This is Exercise 21 of the textbook "Abstract Algebra: Theory and Applications" by Thomas W. Judson, 2016; Page 111. Chapter 8 "Algebraic Coding Theory" mainly deals with binary linear code with Hamming code as an example.
Exercise 8.21: If we are to use an error-correcting linear code $C$ to transmit the 128 ASCII characters, what size matrix must be used?
The screenshot is as follows:
My Attempt: I consider the parity check matrix $H_{(n-k) \times n} = [P_{(n-k)\times k}\mid I_{n-k}]$. Let $m = n - k$, the number of parity bits. First of all, the data bit is $k = \log_2 128 = 7$.
Let the error-correcting capability be $t = 1$. The minimum Hamming distance of the linear code $C$ is at least $3$. Therefore, the zero column and $e_i$'s columns are not in $P_{(n-k) \times k}$ (because $H$ contains no idential columns). Thus, we have $2^{m} - m - 1 \ge k$, which gives $m \ge 4$. That is, the matrix size is $4 \times 11$ (Note: not $4 \times 7$ as pointed out in the comment by @Jyrki Lahtonen).
Is the argument above correct?
Also, how to solve this problem for any parameter $t$, the error-correcting capability of $C$?

I assume that by "an error-correcting linear code", they meant a code capable of correcting one (bit) error (per coded symbol).

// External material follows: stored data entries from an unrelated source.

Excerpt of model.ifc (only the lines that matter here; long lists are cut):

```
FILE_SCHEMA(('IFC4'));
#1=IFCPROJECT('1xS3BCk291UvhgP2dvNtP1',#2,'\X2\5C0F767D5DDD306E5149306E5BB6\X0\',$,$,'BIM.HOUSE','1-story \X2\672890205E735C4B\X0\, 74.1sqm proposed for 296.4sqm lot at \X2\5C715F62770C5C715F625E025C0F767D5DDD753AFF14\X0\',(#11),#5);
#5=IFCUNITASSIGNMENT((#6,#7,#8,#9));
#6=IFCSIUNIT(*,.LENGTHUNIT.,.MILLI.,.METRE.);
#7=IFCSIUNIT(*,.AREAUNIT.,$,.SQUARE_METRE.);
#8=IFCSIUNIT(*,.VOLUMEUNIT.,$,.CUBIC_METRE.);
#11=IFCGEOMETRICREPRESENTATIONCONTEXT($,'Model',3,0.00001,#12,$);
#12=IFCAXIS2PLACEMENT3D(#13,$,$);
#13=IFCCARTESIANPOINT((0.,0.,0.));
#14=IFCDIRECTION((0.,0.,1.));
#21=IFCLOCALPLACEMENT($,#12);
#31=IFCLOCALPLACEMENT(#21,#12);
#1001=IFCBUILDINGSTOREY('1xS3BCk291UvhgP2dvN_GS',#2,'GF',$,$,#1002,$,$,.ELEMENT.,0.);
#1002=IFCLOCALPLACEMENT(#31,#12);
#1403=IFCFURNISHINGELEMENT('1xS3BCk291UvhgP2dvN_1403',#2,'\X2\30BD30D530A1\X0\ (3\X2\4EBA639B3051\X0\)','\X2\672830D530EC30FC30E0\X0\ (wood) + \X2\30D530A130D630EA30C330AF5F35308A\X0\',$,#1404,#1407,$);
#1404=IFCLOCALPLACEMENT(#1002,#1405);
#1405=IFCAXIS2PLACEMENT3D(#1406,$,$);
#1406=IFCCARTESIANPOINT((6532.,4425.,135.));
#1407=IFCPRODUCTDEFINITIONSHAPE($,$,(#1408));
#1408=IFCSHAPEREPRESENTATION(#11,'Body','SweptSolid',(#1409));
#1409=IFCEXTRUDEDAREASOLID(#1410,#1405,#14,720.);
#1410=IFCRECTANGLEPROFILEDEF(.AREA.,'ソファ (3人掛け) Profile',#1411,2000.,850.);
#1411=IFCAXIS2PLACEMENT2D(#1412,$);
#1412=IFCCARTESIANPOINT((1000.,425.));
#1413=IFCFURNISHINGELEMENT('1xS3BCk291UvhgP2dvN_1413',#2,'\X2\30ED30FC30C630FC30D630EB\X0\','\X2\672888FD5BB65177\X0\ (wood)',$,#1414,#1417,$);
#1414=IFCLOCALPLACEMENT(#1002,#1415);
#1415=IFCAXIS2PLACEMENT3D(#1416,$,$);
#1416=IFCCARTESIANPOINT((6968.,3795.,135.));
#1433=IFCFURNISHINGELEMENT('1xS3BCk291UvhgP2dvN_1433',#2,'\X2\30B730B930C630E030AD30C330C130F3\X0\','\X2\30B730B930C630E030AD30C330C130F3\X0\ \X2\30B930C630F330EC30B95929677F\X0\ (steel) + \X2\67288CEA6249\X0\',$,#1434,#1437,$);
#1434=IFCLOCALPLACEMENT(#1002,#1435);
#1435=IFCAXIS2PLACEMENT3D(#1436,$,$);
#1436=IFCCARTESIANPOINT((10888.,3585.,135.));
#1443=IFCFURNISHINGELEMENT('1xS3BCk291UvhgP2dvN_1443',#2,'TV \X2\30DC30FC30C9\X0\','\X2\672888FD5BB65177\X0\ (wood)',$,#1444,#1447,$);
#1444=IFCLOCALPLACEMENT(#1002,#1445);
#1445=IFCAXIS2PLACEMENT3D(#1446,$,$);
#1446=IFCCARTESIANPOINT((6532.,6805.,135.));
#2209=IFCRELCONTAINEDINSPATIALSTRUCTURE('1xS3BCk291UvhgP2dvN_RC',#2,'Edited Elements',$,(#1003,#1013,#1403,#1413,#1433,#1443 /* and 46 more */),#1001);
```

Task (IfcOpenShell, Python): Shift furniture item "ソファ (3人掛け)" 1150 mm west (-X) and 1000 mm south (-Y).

```python
import ifcopenshell
import ifcopenshell.api.geometry
import ifcopenshell.util.placement
import ifcopenshell.util.unit

model = ifcopenshell.open("model.ifc")
unit_scale = ifcopenshell.util.unit.calculate_unit_scale(model)

item = model.by_guid("1xS3BCk291UvhgP2dvN_1403")
matrix = ifcopenshell.util.placement.get_local_placement(item.ObjectPlacement)
matrix[0, 3] -= 1.15 / unit_scale
matrix[1, 3] -= 1 / unit_scale
ifcopenshell.api.geometry.edit_object_placement(model, product=item, matrix=matrix, is_si=False)

print(ifcopenshell.util.placement.get_local_placement(item.ObjectPlacement).round(3) + 0.0)

model.write("model-out.ifc")
```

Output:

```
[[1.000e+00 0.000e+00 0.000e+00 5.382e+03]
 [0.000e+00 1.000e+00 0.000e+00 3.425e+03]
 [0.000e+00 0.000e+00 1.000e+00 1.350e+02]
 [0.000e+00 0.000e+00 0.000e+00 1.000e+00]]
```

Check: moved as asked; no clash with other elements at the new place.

In that case your reasoning is on the right track (and it's the reasoning used to construct a Hamming code). We know $k=7$, the matrix $H$ will have up to $2^m-1=n$ columns. The smallest Hamming code in our case is then $(15,11)$ ($11$ bits of information plus $4$ of redundacy).
Because this give a code with higher $k$ than needed, we can trim the $11-7=4$ unused data bits, and we are left with a $(11,7)$ code ($7$ bits of information plus $4$ of redundacy).
(Equivalently, the Hamming construction gives the -sufficient- condition of $n\le 2^{n-k}-1$; it's easy to check that, for $k=7$, $n=11$ is the minimum number that fulfill the condition)
If we only need one error detection, a single parity bit is enough, so we have a $(8,7)$ code.